Verkoopen meneer?
Verbeeldt u, dat ge een gouden ring aan den vinger draagt, een aandenken, hetzij aan moeder of gade, hetzij, zoo het u niet meê is geloopen in de wereld, aan vroegere grootheid, - en dat een echte handeldrijvende zoon Israëls u zijn solenneel verkoopen meneer? toegilt en reeds den prijs begint te bepalen, alsof het van zelf spreekt dat gij tot dien verkoop zoudt besluiten. Onaangenaam is zulk eene vraag altijd, maar zij zou het nog meer zijn, wanneer zij u door uw gelijke in vollen ernst en in vol gezelschap werd gedaan.
Iets dergelijks heeft Spanje moeten ondervinden van Noord-America.
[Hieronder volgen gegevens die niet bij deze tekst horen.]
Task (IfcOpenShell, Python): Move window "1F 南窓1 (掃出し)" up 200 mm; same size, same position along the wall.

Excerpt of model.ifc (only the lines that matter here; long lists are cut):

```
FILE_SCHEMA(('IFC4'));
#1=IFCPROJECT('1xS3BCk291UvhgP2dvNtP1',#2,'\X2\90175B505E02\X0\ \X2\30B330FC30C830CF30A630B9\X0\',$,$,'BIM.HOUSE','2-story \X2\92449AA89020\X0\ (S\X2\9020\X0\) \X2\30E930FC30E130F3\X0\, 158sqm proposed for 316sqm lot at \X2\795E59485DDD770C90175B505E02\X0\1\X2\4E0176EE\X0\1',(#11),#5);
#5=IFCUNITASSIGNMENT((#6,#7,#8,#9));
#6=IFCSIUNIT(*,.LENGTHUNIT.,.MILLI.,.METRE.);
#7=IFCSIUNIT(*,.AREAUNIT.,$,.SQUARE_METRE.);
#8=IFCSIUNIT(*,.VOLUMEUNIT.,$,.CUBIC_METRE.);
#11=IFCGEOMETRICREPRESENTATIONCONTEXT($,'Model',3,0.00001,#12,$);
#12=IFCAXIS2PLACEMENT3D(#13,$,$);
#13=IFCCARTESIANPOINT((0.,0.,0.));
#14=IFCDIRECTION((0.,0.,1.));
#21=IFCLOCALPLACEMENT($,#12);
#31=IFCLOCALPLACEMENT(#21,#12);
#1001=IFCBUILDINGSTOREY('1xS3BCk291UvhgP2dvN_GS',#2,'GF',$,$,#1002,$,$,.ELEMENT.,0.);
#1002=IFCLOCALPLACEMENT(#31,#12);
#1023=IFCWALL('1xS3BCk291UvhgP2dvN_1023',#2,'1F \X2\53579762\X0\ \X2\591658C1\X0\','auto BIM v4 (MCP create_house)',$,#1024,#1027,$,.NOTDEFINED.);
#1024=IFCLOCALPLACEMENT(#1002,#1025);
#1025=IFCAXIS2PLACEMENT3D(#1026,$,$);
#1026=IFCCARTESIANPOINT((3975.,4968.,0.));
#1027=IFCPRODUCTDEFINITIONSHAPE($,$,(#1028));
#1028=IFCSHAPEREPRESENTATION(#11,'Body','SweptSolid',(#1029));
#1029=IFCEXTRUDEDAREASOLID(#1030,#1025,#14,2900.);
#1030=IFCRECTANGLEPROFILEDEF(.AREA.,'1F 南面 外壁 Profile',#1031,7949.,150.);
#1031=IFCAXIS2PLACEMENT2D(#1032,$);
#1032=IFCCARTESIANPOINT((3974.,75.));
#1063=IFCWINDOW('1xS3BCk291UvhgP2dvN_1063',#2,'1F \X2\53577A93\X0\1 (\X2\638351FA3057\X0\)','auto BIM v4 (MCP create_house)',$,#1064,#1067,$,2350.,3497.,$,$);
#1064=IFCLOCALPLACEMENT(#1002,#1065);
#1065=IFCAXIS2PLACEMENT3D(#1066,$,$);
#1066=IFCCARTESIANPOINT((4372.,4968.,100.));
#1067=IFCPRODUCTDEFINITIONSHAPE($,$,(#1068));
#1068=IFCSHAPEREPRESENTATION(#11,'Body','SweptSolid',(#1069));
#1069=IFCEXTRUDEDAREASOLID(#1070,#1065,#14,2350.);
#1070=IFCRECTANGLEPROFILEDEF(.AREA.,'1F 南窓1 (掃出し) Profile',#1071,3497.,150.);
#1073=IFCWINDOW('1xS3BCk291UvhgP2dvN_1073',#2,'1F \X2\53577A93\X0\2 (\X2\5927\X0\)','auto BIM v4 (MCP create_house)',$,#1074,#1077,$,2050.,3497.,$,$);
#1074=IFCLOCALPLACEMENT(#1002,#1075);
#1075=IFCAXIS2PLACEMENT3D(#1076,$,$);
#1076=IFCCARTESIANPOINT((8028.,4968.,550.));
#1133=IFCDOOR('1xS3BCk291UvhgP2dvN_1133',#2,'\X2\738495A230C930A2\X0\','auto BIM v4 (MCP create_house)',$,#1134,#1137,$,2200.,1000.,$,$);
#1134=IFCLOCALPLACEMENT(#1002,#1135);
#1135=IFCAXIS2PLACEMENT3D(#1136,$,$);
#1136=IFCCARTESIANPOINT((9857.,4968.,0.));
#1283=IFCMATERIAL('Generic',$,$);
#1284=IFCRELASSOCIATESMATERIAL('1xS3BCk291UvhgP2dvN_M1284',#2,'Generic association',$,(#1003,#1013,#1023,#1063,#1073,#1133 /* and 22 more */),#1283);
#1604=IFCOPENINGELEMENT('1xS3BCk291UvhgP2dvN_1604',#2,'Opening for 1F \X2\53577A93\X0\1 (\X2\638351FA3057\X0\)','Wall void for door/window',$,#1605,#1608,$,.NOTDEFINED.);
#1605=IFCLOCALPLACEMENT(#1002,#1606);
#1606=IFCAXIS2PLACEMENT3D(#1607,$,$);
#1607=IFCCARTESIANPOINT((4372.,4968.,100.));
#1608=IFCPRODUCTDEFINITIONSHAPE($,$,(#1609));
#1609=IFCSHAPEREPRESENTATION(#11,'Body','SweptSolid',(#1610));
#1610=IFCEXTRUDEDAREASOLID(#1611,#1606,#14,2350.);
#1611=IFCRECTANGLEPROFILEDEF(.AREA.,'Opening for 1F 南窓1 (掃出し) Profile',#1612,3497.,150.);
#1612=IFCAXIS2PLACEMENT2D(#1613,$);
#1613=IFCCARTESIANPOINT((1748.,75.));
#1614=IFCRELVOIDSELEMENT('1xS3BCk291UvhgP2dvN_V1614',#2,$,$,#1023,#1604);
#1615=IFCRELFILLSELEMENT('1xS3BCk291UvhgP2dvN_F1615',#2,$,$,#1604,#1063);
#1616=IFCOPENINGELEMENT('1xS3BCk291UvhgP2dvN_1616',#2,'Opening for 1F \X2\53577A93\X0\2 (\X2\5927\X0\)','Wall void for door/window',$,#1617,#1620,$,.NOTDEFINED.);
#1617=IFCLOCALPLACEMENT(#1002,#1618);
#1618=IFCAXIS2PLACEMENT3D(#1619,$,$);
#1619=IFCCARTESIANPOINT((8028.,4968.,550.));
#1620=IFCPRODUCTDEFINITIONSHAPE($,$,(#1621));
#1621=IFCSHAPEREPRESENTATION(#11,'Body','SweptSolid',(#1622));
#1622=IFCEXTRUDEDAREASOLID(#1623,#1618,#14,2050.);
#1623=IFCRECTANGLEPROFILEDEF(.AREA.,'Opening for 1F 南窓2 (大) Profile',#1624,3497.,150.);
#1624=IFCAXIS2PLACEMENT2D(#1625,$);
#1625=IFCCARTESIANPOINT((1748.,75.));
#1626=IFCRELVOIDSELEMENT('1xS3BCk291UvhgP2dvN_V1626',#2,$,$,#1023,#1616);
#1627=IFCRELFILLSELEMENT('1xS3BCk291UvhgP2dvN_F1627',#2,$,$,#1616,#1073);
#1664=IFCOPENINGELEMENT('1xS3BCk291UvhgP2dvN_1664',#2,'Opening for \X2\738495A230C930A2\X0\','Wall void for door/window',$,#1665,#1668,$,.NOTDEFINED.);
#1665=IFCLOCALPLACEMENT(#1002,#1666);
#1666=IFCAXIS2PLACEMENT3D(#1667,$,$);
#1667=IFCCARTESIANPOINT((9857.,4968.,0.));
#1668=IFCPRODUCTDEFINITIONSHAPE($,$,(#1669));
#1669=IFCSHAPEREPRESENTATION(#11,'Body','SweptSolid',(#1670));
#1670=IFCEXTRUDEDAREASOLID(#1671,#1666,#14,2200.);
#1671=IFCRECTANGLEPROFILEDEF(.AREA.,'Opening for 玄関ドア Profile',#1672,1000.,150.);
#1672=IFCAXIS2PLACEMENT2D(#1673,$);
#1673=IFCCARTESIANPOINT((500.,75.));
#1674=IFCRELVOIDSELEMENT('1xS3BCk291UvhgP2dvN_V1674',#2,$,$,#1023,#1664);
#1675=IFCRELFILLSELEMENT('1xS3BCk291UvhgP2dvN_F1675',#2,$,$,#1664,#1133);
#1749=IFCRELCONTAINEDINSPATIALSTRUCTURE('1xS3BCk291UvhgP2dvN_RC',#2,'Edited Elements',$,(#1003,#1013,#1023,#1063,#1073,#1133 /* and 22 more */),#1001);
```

```python
import numpy as np
import ifcopenshell
import ifcopenshell.api.geometry
import ifcopenshell.util.placement
import ifcopenshell.util.unit

model = ifcopenshell.open("model.ifc")
unit_scale = ifcopenshell.util.unit.calculate_unit_scale(model)

window = model.by_guid("1xS3BCk291UvhgP2dvN_1063")
opening = window.FillsVoids[0].RelatingOpeningElement
dz = 200.0

shift = np.array([0.0, 0.0, dz])
# The window is not placed relative to its opening, so move both.
for product in (opening, window):
    matrix = ifcopenshell.util.placement.get_local_placement(product.ObjectPlacement)
    matrix[:3, 3] += shift
    ifcopenshell.api.geometry.edit_object_placement(model, product=product, matrix=matrix, is_si=False)

print(f"moved by {dz * unit_scale:+.3f} m")

model.write("model_v2.ifc")
```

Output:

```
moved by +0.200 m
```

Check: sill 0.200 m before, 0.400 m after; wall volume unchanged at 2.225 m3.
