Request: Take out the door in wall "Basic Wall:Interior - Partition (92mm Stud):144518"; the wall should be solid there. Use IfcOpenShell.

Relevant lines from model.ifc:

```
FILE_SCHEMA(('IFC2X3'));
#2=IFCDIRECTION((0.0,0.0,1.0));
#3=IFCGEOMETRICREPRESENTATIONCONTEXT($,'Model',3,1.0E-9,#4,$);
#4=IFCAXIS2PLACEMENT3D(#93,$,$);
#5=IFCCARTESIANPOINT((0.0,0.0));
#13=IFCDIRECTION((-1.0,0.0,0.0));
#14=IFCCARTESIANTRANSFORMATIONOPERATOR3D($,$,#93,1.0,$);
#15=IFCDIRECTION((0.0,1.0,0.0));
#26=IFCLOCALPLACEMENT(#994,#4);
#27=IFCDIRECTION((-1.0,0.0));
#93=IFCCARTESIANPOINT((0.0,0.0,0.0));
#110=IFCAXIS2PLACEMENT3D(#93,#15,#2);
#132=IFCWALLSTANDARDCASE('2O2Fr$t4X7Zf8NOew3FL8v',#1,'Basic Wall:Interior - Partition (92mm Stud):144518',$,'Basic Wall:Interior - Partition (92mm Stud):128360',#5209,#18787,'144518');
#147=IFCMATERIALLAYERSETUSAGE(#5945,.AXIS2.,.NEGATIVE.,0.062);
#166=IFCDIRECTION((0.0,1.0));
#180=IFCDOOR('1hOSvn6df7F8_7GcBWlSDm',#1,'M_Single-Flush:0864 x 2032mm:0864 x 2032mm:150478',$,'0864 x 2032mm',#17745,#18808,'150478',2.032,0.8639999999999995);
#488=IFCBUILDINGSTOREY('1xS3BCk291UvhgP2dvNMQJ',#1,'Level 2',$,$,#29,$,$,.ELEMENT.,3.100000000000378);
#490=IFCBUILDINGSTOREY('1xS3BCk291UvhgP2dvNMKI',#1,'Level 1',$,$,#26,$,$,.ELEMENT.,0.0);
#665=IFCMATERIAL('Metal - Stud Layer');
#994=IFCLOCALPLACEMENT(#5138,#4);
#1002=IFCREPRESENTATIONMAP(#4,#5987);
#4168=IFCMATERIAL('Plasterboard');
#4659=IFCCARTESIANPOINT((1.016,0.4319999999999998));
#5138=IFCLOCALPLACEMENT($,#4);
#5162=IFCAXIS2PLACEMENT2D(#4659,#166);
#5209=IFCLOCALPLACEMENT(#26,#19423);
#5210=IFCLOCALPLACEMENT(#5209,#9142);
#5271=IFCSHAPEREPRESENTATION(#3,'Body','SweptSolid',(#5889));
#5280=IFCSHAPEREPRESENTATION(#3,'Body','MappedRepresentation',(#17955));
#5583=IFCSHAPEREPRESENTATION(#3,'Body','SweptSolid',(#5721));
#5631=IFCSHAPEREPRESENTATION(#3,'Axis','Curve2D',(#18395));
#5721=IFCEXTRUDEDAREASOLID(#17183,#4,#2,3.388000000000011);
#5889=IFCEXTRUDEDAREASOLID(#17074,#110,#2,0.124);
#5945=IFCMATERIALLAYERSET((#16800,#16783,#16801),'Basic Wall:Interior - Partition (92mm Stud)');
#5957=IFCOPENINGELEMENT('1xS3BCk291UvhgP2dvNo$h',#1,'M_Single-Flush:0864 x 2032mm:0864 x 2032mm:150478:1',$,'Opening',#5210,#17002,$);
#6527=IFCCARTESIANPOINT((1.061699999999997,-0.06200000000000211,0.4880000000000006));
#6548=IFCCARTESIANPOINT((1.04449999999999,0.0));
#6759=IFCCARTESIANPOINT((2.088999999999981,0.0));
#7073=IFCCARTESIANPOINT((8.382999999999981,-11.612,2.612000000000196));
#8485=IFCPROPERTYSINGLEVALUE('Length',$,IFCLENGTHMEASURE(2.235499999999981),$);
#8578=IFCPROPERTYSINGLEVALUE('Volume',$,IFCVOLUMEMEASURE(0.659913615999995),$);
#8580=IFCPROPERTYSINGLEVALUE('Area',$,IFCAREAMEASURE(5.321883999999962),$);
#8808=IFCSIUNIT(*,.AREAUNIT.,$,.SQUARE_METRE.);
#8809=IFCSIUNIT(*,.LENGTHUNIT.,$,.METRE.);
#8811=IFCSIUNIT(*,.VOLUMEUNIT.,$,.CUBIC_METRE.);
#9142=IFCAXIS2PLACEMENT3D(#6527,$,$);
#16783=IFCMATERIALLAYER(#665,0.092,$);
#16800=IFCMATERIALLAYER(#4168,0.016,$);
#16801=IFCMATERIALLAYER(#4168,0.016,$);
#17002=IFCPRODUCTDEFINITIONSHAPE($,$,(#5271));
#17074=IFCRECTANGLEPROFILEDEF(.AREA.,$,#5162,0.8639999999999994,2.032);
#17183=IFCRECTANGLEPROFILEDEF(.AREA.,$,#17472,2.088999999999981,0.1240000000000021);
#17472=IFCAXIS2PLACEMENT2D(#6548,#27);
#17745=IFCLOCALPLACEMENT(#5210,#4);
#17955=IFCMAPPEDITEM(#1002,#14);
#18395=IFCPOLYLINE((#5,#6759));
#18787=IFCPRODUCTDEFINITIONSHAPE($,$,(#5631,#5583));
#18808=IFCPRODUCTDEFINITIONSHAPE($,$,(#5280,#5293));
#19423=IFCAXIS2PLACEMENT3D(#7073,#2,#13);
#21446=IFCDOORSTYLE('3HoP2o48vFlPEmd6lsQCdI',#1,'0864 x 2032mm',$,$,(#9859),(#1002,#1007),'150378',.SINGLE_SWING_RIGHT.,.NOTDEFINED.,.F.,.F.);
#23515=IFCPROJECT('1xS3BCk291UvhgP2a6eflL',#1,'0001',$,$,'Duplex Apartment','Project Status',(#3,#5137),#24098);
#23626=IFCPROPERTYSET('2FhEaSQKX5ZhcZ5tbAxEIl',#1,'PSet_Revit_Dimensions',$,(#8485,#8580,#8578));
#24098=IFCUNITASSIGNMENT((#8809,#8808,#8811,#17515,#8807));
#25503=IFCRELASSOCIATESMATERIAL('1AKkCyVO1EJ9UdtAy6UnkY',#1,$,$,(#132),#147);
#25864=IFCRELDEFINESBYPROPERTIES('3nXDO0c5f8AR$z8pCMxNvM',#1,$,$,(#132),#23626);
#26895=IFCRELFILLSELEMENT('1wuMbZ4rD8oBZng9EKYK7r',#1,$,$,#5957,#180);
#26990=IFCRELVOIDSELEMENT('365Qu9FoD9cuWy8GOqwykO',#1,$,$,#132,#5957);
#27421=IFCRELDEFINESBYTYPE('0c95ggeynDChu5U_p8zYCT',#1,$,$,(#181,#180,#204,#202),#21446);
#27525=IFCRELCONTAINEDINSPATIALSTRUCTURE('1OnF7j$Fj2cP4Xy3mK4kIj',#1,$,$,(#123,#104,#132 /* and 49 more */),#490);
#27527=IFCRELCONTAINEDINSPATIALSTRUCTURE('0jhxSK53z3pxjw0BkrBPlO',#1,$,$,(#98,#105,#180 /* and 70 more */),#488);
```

```python
import ifcopenshell
import ifcopenshell.api.feature
import ifcopenshell.api.pset
import ifcopenshell.api.root
import ifcopenshell.geom
import ifcopenshell.util.element
import ifcopenshell.util.shape
import ifcopenshell.util.unit

model = ifcopenshell.open("model.ifc")
area_scale = ifcopenshell.util.unit.calculate_unit_scale(model, "AREAUNIT")
volume_scale = ifcopenshell.util.unit.calculate_unit_scale(model, "VOLUMEUNIT")
settings = ifcopenshell.geom.settings()


def volume(element):
    """Net volume in cubic metres, openings subtracted."""
    shape = ifcopenshell.geom.create_shape(settings, element)
    return ifcopenshell.util.shape.get_volume(shape.geometry)


door = model.by_guid("1hOSvn6df7F8_7GcBWlSDm")
opening = door.FillsVoids[0].RelatingOpeningElement
wall = opening.VoidsElements[0].RelatingBuildingElement
before = volume(wall)

ifcopenshell.api.root.remove_product(model, product=door)
ifcopenshell.api.feature.remove_feature(model, feature=opening)

after = volume(wall)
thickness = 0.124  # wall thickness in metres

# Update the wall's stored quantities.
pset = model.by_id(ifcopenshell.util.element.get_pset(wall, "PSet_Revit_Dimensions", should_inherit=False)["id"])
ifcopenshell.api.pset.edit_pset(model, pset=pset, properties={
    "Area": model.create_entity("IfcAreaMeasure", after / thickness / area_scale),
    "Volume": model.create_entity("IfcVolumeMeasure", after / volume_scale),
})

print(f"wall volume {before:.3f} -> {after:.3f} m3")

model.write("model_updated.ifc")
```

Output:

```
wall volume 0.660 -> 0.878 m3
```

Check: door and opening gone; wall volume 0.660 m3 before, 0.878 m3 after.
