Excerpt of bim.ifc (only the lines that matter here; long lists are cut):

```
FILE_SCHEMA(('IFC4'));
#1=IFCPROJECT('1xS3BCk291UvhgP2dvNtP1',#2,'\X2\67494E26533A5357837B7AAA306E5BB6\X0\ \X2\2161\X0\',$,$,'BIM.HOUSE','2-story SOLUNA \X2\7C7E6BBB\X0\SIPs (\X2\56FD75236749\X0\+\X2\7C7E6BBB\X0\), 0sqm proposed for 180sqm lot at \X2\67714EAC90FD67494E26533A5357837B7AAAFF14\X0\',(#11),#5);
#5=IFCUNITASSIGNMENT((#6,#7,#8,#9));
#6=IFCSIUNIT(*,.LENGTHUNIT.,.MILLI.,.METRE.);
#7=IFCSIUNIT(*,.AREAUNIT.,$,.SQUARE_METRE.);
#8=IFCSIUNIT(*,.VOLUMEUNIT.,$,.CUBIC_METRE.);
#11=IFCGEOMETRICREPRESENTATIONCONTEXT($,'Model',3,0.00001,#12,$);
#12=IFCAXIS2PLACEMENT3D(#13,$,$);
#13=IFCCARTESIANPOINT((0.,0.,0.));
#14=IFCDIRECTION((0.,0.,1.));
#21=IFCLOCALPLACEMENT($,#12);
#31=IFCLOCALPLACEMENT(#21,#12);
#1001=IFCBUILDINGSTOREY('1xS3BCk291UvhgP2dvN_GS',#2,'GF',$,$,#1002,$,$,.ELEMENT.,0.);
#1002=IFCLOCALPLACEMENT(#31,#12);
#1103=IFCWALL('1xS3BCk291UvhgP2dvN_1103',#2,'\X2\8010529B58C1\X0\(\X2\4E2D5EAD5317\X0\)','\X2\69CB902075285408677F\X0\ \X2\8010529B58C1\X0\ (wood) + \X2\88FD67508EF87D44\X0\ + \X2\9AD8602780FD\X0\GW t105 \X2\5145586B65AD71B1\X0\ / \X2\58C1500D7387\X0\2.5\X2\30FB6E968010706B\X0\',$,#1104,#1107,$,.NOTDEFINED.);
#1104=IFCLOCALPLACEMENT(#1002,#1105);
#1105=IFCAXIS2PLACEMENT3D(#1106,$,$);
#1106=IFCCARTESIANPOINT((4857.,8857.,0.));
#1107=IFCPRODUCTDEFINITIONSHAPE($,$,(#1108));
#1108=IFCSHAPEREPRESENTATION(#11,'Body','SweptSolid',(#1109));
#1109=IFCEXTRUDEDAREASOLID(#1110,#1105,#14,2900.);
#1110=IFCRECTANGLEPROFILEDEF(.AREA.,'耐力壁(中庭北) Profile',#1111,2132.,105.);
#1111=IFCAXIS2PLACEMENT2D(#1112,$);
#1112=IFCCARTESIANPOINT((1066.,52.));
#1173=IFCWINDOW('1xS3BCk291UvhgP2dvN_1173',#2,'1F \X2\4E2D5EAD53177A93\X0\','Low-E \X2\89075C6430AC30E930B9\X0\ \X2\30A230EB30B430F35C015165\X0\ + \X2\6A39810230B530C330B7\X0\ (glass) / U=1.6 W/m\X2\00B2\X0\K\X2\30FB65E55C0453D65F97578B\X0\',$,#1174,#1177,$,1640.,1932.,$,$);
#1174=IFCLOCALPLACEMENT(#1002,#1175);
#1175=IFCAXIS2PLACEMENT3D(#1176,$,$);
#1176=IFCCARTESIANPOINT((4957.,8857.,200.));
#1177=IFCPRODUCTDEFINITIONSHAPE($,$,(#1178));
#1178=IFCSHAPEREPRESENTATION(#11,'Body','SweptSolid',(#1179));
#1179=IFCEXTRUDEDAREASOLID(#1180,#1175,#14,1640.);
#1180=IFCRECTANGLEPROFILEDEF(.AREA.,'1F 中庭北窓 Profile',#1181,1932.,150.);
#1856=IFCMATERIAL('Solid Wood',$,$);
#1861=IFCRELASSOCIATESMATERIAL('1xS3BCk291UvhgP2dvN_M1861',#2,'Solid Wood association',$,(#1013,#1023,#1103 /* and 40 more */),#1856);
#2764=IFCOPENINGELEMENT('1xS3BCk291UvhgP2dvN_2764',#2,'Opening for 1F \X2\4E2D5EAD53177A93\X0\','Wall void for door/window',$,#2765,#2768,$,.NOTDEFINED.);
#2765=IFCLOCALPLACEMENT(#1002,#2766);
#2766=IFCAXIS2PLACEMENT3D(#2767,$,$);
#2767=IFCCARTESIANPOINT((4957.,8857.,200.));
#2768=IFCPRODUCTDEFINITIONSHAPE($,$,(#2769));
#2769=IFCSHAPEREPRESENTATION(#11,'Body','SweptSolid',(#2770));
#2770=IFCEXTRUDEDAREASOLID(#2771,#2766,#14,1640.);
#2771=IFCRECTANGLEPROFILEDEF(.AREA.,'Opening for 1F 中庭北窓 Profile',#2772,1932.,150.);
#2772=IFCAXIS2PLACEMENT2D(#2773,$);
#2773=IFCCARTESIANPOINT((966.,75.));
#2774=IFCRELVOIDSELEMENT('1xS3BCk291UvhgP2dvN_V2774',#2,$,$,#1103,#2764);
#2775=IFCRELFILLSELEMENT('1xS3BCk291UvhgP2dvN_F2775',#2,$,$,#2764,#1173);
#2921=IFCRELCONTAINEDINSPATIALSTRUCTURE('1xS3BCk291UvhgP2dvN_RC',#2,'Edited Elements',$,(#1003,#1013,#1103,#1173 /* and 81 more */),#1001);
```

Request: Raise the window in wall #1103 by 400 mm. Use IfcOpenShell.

```python
import numpy as np
import ifcopenshell
import ifcopenshell.api.geometry
import ifcopenshell.util.placement
import ifcopenshell.util.unit

model = ifcopenshell.open("bim.ifc")
unit_scale = ifcopenshell.util.unit.calculate_unit_scale(model)

window = model.by_id(1173)
opening = window.FillsVoids[0].RelatingOpeningElement
dz = 400.0

shift = np.array([0.0, 0.0, dz])
# The window is not placed relative to its opening, so move both.
for product in (opening, window):
    matrix = ifcopenshell.util.placement.get_local_placement(product.ObjectPlacement)
    matrix[:3, 3] += shift
    ifcopenshell.api.geometry.edit_object_placement(model, product=product, matrix=matrix, is_si=False)

print(f"moved by {dz * unit_scale:+.3f} m")

model.write("bim_rev.ifc")
```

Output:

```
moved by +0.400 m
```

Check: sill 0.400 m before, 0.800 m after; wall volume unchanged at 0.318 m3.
Reeds lang heeft die Staat begeerige blikken geslagen op Cuba, dat door zijne ligging hun zoo juist te pas zou komen, en waarvan ze - en niet ten onregte - meenen meer voordeel te zullen trekken dan de trotsche Spanjaarden. Deden zij hun zin, dan stapten ze met revolver en bowie-knife op Cuba over, sloegen en joegen de Spanjaarden in zee, bouwden er koffijhuizen en kantoren, stichten er plantaadjes en maakten er goede zaken. Ongelukkigerwijze is het geen tijd meer voor zulke avontuurlijke plannen. Maar nu weten ze er wat anders op. Zonder er zich in het minst om te bekommeren of Spanje wel aan verkoopen denkt, overleggen zij met elkander wat ze er voor geven zullen. Eerst dient een lid van het Congres een formeel voorstel in, om, ‘aangezien Cuba het vertier op de Mississipi-vallei bemoeijelijkt, en de Spaansche autoriteiten daar ons grootelijks tot last zijn, - aangezien wij het zeer goed kunnen gebruiken en de Spanjaard niet, - dat het Congres besluite, om dertig millioen dollars in handen van den President te stellen, ten einde Cuba te koopen.’ Zoo of zoo omtrent luidde dit voorstel. Men zou kunnen zeggen: America is niet verantwoordelijk voor wat een enkel lid op het Congres durft voorstellen. Maar neen! Spoedig daarop komt de boodschap van den President, en inderdaad, ook daar wordt in vollen ernst van den aankoop van Cuba gesproken.